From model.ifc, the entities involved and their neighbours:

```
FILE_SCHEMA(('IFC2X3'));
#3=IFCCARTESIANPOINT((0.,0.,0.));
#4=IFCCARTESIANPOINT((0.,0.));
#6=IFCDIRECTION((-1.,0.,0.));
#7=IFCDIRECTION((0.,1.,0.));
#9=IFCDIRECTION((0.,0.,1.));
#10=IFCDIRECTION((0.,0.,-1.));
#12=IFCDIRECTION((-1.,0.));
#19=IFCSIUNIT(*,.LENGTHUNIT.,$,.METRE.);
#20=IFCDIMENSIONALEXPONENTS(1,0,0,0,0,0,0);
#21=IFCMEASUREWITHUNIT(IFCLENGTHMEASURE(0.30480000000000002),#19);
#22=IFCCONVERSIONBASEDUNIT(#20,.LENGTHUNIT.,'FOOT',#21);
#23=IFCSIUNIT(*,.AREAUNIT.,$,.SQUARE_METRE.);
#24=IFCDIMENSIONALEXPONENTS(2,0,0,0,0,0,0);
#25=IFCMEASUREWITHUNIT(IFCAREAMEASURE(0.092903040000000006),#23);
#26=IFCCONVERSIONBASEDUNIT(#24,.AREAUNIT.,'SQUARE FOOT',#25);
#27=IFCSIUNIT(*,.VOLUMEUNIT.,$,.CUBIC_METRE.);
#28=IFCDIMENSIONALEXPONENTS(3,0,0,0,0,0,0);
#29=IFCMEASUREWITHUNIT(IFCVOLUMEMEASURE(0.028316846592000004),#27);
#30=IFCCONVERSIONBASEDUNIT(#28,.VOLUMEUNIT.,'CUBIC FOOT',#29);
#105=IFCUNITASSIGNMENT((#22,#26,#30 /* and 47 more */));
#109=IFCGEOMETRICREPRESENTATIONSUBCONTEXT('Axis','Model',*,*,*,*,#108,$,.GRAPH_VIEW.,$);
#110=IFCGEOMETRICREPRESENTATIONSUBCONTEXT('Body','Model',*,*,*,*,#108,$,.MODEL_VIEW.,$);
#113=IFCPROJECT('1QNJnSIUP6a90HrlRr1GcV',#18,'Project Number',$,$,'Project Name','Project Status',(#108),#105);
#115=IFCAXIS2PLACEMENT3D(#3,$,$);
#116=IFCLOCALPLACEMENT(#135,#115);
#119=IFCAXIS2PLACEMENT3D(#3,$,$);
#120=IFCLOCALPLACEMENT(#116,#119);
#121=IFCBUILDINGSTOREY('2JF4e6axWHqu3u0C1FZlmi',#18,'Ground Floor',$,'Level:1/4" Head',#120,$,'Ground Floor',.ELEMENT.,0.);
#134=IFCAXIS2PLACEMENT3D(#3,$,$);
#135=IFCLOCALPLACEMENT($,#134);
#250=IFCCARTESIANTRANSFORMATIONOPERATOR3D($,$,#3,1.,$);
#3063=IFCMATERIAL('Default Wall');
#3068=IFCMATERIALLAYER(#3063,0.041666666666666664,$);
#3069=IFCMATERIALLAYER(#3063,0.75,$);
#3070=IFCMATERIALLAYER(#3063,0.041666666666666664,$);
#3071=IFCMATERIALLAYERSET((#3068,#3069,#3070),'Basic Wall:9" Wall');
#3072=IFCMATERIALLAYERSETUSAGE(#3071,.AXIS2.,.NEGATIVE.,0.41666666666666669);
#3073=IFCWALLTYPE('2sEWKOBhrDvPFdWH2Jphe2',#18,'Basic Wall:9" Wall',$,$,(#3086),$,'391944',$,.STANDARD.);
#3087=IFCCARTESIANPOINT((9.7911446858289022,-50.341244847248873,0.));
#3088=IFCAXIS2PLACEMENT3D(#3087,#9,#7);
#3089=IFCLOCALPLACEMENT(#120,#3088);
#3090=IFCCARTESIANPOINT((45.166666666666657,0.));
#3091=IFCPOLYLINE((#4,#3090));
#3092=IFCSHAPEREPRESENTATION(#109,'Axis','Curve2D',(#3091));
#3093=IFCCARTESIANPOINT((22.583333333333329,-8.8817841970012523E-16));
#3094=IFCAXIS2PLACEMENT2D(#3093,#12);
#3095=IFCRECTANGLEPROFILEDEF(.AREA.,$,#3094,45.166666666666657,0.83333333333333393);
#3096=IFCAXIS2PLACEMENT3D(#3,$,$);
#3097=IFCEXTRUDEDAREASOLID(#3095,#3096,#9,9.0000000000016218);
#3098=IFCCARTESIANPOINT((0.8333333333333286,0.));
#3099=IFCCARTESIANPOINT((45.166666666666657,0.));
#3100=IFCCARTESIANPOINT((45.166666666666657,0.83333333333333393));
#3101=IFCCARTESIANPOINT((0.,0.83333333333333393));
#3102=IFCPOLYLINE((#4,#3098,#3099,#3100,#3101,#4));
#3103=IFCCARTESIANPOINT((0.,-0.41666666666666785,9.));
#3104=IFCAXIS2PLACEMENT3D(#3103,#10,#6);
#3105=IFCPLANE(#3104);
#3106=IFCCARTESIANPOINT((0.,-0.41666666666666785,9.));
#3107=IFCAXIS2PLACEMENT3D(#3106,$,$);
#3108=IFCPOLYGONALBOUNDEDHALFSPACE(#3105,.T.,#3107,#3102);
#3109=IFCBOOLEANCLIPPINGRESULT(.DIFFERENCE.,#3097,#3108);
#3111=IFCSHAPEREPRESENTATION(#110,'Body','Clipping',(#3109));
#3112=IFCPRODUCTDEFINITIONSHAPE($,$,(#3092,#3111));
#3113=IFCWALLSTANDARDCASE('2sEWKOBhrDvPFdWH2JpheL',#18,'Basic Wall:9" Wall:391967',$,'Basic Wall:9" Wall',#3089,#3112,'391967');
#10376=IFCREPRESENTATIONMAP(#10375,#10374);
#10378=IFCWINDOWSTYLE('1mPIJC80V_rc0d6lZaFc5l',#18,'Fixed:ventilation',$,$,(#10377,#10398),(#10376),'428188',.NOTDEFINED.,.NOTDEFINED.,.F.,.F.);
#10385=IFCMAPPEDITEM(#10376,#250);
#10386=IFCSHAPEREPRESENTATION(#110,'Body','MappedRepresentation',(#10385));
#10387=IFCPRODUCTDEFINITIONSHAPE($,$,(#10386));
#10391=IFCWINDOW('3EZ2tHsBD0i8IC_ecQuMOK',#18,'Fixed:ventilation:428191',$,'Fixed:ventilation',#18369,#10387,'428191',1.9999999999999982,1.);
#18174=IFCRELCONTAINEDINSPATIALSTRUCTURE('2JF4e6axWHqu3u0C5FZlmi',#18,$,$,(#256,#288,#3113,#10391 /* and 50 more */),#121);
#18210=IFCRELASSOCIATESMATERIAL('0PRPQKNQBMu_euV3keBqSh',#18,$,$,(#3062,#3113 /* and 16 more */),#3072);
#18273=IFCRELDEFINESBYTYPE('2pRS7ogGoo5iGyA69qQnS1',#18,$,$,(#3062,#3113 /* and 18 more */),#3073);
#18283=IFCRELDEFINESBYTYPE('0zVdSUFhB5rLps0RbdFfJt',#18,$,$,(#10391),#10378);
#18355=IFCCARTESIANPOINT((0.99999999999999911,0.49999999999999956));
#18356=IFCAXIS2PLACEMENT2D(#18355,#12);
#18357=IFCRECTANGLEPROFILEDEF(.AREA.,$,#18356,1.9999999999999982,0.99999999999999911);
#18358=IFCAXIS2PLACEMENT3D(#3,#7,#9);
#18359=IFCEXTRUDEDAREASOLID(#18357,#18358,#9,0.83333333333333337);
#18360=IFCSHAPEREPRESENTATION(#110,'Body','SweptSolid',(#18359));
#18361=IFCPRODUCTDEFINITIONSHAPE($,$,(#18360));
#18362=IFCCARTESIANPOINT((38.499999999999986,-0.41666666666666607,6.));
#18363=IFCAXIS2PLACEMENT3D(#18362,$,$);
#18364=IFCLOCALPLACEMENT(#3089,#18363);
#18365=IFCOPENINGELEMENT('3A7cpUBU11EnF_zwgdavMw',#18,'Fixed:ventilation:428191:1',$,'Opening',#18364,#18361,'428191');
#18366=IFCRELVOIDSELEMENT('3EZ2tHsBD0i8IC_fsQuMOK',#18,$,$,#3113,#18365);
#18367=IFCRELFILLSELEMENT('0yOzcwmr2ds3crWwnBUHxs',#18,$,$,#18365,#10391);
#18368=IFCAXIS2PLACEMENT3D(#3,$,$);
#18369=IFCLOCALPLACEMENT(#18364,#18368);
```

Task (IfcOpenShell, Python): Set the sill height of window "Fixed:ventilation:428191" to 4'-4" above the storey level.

```python
import numpy as np
import ifcopenshell
import ifcopenshell.api.geometry
import ifcopenshell.geom
import ifcopenshell.util.element
import ifcopenshell.util.placement
import ifcopenshell.util.shape
import ifcopenshell.util.unit

model = ifcopenshell.open("model.ifc")
unit_scale = ifcopenshell.util.unit.calculate_unit_scale(model)

window = model.by_guid("3EZ2tHsBD0i8IC_ecQuMOK")
opening = window.FillsVoids[0].RelatingOpeningElement
storey = ifcopenshell.util.element.get_container(window, ifc_class="IfcBuildingStorey")
level = ifcopenshell.util.placement.get_local_placement(storey.ObjectPlacement)[2, 3]

# The opening's origin need not be at the sill, so measure its lowest point.
shape = ifcopenshell.geom.create_shape(ifcopenshell.geom.settings(), opening)
bottom = ifcopenshell.util.shape.get_shape_bottom_elevation(shape, shape.geometry) / unit_scale
dz = level + 52 * 0.0254 / unit_scale - bottom

shift = np.array([0.0, 0.0, dz])
# The window is placed relative to its opening, so it follows when the opening moves.
matrix = ifcopenshell.util.placement.get_local_placement(opening.ObjectPlacement)
matrix[:3, 3] += shift
ifcopenshell.api.geometry.edit_object_placement(
    model, product=opening, matrix=matrix, is_si=False, should_transform_children=True
)

print(f"moved by {dz * unit_scale:+.3f} m")

model.write("model_updated.ifc")
```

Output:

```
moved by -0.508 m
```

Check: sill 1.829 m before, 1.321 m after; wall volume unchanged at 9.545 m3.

* What you will do *
Across the listing above, tally the lines that include "IFCDIMENSIONALEXPONENTS". Only the total is wanted.

* Finished exercise *
3